◆ TASK INPUTS
*** Begin section ***
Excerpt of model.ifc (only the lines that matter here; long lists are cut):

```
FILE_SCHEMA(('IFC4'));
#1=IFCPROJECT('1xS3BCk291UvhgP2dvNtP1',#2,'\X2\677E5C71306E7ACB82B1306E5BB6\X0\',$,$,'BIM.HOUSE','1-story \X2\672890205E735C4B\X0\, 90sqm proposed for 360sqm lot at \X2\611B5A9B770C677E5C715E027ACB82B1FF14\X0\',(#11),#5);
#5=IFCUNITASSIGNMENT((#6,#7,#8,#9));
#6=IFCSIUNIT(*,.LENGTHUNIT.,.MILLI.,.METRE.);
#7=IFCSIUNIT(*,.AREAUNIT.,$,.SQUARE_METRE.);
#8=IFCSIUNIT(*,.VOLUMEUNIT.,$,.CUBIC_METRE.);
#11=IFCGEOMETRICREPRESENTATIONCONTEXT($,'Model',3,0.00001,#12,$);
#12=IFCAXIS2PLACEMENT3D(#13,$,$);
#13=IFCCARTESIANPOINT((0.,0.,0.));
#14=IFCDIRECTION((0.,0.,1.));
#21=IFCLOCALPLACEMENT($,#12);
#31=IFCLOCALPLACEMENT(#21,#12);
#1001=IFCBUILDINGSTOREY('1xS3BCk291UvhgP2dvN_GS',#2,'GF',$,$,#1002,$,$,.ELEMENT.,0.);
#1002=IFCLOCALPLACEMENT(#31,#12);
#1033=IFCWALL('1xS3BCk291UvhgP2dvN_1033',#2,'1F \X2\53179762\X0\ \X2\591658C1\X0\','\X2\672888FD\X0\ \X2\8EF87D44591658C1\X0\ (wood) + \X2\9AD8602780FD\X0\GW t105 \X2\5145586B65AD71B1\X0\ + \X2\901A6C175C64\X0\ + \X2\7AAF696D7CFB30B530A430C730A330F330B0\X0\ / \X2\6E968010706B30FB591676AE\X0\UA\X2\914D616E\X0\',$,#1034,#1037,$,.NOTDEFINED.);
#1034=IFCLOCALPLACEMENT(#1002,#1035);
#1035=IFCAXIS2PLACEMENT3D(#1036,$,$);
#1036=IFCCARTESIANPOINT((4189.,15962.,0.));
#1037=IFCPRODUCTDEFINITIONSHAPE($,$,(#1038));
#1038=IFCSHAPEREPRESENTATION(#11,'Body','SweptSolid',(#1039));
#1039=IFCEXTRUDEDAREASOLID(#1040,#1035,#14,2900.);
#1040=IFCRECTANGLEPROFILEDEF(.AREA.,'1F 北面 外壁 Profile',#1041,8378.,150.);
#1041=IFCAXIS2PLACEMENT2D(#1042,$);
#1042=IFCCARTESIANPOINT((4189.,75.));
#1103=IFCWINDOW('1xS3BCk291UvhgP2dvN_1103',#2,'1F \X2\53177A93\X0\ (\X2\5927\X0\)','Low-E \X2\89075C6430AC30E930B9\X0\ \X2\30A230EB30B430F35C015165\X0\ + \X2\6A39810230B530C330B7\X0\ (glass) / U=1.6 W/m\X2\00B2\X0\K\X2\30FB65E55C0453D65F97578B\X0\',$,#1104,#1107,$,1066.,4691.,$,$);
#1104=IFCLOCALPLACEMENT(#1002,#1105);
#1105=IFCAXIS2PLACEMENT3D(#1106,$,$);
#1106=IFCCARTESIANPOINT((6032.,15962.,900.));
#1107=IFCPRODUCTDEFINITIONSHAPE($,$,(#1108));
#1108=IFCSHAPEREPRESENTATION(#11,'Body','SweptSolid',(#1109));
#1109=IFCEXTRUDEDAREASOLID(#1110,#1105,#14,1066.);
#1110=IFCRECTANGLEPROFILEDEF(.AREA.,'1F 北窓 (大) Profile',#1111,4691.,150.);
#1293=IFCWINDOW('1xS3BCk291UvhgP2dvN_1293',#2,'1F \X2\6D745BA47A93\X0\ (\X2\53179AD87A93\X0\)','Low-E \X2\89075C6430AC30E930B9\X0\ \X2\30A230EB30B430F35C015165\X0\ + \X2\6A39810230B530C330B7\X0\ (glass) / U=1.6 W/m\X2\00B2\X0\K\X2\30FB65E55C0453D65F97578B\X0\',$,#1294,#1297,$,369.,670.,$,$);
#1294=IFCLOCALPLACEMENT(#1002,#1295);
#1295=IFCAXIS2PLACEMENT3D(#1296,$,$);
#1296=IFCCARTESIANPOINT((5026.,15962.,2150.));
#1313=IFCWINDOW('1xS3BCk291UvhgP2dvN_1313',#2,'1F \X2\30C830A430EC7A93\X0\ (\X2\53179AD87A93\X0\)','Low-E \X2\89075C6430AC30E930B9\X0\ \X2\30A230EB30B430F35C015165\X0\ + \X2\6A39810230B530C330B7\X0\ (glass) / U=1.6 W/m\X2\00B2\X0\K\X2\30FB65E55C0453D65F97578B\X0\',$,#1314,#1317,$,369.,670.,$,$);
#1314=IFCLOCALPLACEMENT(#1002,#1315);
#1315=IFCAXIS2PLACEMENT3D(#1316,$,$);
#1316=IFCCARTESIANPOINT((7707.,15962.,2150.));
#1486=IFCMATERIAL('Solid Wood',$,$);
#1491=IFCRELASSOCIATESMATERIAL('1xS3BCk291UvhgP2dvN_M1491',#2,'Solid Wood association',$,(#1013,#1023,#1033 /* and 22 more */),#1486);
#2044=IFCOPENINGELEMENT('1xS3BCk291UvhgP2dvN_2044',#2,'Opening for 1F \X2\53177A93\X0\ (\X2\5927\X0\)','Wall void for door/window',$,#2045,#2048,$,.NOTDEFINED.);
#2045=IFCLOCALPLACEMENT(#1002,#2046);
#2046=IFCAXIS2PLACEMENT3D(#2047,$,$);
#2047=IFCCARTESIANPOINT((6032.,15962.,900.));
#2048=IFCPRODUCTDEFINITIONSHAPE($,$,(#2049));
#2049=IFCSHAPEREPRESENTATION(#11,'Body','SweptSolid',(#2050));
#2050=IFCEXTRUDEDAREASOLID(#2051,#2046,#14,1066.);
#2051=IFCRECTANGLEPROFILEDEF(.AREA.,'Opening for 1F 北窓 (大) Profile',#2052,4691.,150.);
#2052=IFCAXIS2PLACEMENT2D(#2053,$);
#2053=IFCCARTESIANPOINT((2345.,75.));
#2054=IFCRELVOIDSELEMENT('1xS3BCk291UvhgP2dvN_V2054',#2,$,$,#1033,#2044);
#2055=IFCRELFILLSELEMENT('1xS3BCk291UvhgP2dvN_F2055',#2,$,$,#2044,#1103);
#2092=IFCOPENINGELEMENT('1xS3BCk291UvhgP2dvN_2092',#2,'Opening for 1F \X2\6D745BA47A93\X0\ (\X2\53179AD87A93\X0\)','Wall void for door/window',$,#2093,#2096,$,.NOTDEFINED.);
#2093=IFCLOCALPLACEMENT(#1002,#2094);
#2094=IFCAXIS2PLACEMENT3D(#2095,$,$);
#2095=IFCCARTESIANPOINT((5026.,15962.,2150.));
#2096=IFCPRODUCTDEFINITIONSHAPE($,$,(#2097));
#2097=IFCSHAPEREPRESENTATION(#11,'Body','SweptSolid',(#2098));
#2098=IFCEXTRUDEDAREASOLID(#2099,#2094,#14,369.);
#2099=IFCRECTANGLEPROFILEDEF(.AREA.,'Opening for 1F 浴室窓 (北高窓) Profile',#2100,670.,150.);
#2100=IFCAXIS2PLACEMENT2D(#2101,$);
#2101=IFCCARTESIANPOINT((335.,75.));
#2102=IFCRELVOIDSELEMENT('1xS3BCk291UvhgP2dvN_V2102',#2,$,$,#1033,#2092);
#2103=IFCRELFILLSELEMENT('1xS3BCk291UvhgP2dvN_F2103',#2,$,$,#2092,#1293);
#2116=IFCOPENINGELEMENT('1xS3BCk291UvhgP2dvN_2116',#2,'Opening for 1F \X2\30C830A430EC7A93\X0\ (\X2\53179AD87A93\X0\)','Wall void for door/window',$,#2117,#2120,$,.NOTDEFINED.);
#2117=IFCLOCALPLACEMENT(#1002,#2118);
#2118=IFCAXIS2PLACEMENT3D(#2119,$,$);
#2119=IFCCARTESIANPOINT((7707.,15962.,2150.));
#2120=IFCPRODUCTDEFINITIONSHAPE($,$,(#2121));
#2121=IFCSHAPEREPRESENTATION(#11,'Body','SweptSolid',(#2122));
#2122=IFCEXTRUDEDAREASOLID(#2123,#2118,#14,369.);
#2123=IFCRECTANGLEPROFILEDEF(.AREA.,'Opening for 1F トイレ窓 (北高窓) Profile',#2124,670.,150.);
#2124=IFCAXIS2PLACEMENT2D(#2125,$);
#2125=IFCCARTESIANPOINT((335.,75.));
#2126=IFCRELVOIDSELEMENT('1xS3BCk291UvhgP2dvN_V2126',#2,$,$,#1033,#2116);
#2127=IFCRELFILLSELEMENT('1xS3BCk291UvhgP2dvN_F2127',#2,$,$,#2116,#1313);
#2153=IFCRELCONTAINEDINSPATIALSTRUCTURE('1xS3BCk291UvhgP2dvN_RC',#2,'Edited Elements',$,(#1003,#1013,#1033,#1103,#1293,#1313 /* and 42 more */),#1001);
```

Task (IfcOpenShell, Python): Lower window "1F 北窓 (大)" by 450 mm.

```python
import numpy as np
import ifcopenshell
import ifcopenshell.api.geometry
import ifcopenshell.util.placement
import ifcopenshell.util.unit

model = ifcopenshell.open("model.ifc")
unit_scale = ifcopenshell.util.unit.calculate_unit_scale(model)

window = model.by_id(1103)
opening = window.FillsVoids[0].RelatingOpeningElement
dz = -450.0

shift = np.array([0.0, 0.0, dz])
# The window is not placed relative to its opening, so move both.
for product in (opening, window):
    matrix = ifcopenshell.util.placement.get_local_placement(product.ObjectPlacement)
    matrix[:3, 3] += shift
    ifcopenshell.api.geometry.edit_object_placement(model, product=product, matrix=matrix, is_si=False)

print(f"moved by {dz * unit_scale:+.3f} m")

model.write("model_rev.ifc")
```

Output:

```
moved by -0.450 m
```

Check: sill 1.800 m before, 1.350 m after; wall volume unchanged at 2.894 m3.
*** End section ***
◆ PROBLEM TO WORK ON
Scan the listing for the string "door". Copy each line that has it.

◆ RESULT
#2044=IFCOPENINGELEMENT('1xS3BCk291UvhgP2dvN_2044',#2,'Opening for 1F \X2\53177A93\X0\ (\X2\5927\X0\)','Wall void for door/window',$,#2045,#2048,$,.NOTDEFINED.);
#2092=IFCOPENINGELEMENT('1xS3BCk291UvhgP2dvN_2092',#2,'Opening for 1F \X2\6D745BA47A93\X0\ (\X2\53179AD87A93\X0\)','Wall void for door/window',$,#2093,#2096,$,.NOTDEFINED.);
#2116=IFCOPENINGELEMENT('1xS3BCk291UvhgP2dvN_2116',#2,'Opening for 1F \X2\30C830A430EC7A93\X0\ (\X2\53179AD87A93\X0\)','Wall void for door/window',$,#2117,#2120,$,.NOTDEFINED.);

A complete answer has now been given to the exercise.